> Stored data
╭──
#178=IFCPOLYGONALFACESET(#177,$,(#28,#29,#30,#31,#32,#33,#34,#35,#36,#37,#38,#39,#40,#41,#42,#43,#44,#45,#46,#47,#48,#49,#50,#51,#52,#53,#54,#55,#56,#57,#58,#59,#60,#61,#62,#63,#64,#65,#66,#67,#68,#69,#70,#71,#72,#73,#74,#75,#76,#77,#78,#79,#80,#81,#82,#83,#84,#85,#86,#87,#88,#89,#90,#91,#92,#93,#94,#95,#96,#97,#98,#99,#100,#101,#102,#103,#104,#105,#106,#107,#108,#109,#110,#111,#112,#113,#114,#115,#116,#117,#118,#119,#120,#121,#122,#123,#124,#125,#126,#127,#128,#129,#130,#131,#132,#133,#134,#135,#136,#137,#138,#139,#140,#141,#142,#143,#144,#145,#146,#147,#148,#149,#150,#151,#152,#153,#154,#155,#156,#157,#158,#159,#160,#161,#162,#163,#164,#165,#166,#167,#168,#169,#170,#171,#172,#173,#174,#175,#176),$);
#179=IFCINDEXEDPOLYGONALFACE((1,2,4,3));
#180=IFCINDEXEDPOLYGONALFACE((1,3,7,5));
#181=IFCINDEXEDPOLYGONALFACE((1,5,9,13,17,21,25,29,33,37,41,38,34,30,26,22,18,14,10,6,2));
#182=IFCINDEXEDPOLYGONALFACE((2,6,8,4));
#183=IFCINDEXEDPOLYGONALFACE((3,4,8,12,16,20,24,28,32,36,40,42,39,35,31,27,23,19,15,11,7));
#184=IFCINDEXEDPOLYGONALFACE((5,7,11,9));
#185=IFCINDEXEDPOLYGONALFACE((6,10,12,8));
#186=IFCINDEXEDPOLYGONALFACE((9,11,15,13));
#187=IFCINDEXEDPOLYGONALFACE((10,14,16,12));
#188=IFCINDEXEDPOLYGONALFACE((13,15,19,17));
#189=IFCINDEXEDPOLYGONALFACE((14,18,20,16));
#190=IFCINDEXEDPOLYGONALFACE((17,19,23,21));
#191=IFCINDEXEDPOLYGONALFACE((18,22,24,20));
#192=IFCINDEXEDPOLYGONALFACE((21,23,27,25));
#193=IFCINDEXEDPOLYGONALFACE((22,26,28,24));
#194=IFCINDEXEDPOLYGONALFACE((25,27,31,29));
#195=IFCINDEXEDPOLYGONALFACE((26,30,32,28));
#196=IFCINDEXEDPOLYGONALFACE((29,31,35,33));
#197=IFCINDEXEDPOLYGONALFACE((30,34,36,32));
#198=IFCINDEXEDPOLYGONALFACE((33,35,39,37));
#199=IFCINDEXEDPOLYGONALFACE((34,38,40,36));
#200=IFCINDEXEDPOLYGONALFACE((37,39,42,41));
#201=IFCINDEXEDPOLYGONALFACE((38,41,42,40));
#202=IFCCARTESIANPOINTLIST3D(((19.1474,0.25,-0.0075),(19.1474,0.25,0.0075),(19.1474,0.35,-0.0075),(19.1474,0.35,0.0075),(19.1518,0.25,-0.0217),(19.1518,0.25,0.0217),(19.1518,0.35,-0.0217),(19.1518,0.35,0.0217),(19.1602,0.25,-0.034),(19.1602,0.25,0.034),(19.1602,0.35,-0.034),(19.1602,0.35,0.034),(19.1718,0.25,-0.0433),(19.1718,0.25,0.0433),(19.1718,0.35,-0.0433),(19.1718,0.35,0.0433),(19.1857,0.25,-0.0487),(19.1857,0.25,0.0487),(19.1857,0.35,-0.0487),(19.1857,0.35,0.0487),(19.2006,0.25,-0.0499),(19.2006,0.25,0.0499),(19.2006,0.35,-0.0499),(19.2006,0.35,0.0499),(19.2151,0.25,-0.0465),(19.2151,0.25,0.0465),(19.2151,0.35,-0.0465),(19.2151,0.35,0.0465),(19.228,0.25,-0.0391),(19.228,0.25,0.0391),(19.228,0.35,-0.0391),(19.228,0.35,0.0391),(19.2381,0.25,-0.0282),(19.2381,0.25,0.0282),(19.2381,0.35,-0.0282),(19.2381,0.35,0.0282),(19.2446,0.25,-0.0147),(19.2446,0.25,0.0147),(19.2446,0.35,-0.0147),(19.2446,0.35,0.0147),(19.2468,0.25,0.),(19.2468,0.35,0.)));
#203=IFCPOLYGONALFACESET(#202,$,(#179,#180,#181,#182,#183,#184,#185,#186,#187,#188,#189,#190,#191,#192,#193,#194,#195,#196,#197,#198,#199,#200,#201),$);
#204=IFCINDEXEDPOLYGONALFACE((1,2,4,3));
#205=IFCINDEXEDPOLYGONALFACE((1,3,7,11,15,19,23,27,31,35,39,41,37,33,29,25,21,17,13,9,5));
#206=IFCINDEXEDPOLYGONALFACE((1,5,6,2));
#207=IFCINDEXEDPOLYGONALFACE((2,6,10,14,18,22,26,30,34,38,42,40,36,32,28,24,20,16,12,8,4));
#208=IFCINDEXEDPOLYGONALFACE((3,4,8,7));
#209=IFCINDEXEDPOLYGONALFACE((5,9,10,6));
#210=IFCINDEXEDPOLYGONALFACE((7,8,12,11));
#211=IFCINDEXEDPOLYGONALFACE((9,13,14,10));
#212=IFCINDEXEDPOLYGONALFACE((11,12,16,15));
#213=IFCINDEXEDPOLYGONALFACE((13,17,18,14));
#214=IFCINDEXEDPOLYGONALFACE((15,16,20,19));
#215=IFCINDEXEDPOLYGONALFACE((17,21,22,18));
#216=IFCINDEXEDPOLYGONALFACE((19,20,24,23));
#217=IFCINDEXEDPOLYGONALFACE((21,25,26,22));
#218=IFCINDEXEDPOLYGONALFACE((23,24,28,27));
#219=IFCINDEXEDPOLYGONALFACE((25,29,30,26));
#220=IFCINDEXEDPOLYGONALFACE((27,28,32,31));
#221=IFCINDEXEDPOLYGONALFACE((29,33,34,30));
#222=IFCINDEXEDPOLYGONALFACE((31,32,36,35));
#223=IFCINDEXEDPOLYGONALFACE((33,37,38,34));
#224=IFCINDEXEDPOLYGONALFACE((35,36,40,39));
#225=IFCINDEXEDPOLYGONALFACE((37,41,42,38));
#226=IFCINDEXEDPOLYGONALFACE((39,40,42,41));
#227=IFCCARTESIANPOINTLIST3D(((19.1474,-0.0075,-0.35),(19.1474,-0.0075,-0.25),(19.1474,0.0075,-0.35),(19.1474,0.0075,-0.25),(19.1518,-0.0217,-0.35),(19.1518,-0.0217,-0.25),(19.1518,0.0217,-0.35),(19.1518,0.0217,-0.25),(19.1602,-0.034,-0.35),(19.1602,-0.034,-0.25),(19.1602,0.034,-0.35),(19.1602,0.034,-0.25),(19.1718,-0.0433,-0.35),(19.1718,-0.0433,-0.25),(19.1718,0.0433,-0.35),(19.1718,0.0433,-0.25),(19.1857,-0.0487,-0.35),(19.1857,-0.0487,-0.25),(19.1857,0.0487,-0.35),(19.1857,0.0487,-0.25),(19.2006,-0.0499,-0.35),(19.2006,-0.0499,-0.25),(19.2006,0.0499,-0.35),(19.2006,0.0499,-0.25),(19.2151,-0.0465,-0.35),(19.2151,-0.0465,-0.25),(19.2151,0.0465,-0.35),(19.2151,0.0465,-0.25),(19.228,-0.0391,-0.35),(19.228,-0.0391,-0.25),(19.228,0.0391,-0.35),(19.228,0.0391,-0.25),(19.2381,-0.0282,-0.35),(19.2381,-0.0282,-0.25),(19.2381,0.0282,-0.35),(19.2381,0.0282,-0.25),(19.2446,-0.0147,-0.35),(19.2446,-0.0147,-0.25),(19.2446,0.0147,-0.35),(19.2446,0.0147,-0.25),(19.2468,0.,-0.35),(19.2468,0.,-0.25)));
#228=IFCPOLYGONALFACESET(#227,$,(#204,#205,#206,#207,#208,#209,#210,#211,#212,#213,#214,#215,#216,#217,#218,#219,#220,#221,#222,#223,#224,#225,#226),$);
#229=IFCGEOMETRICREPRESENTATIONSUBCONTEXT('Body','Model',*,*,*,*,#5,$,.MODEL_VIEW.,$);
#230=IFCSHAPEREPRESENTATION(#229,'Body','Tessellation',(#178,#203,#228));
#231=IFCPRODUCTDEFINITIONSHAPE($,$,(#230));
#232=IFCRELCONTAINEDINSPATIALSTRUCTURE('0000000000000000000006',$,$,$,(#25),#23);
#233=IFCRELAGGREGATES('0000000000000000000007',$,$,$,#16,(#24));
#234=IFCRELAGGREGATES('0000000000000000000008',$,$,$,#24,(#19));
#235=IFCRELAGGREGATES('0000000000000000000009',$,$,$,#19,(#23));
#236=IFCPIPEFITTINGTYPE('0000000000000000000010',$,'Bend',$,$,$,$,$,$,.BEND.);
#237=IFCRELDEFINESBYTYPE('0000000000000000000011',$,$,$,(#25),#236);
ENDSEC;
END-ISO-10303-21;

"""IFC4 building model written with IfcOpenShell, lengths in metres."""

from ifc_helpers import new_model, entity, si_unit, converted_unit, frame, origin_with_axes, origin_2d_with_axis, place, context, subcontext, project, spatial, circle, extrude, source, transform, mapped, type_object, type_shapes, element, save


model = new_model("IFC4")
╰──
> Work required
Please count the lines in the records that contain "Body" and reply with the count alone.

> Answer area
2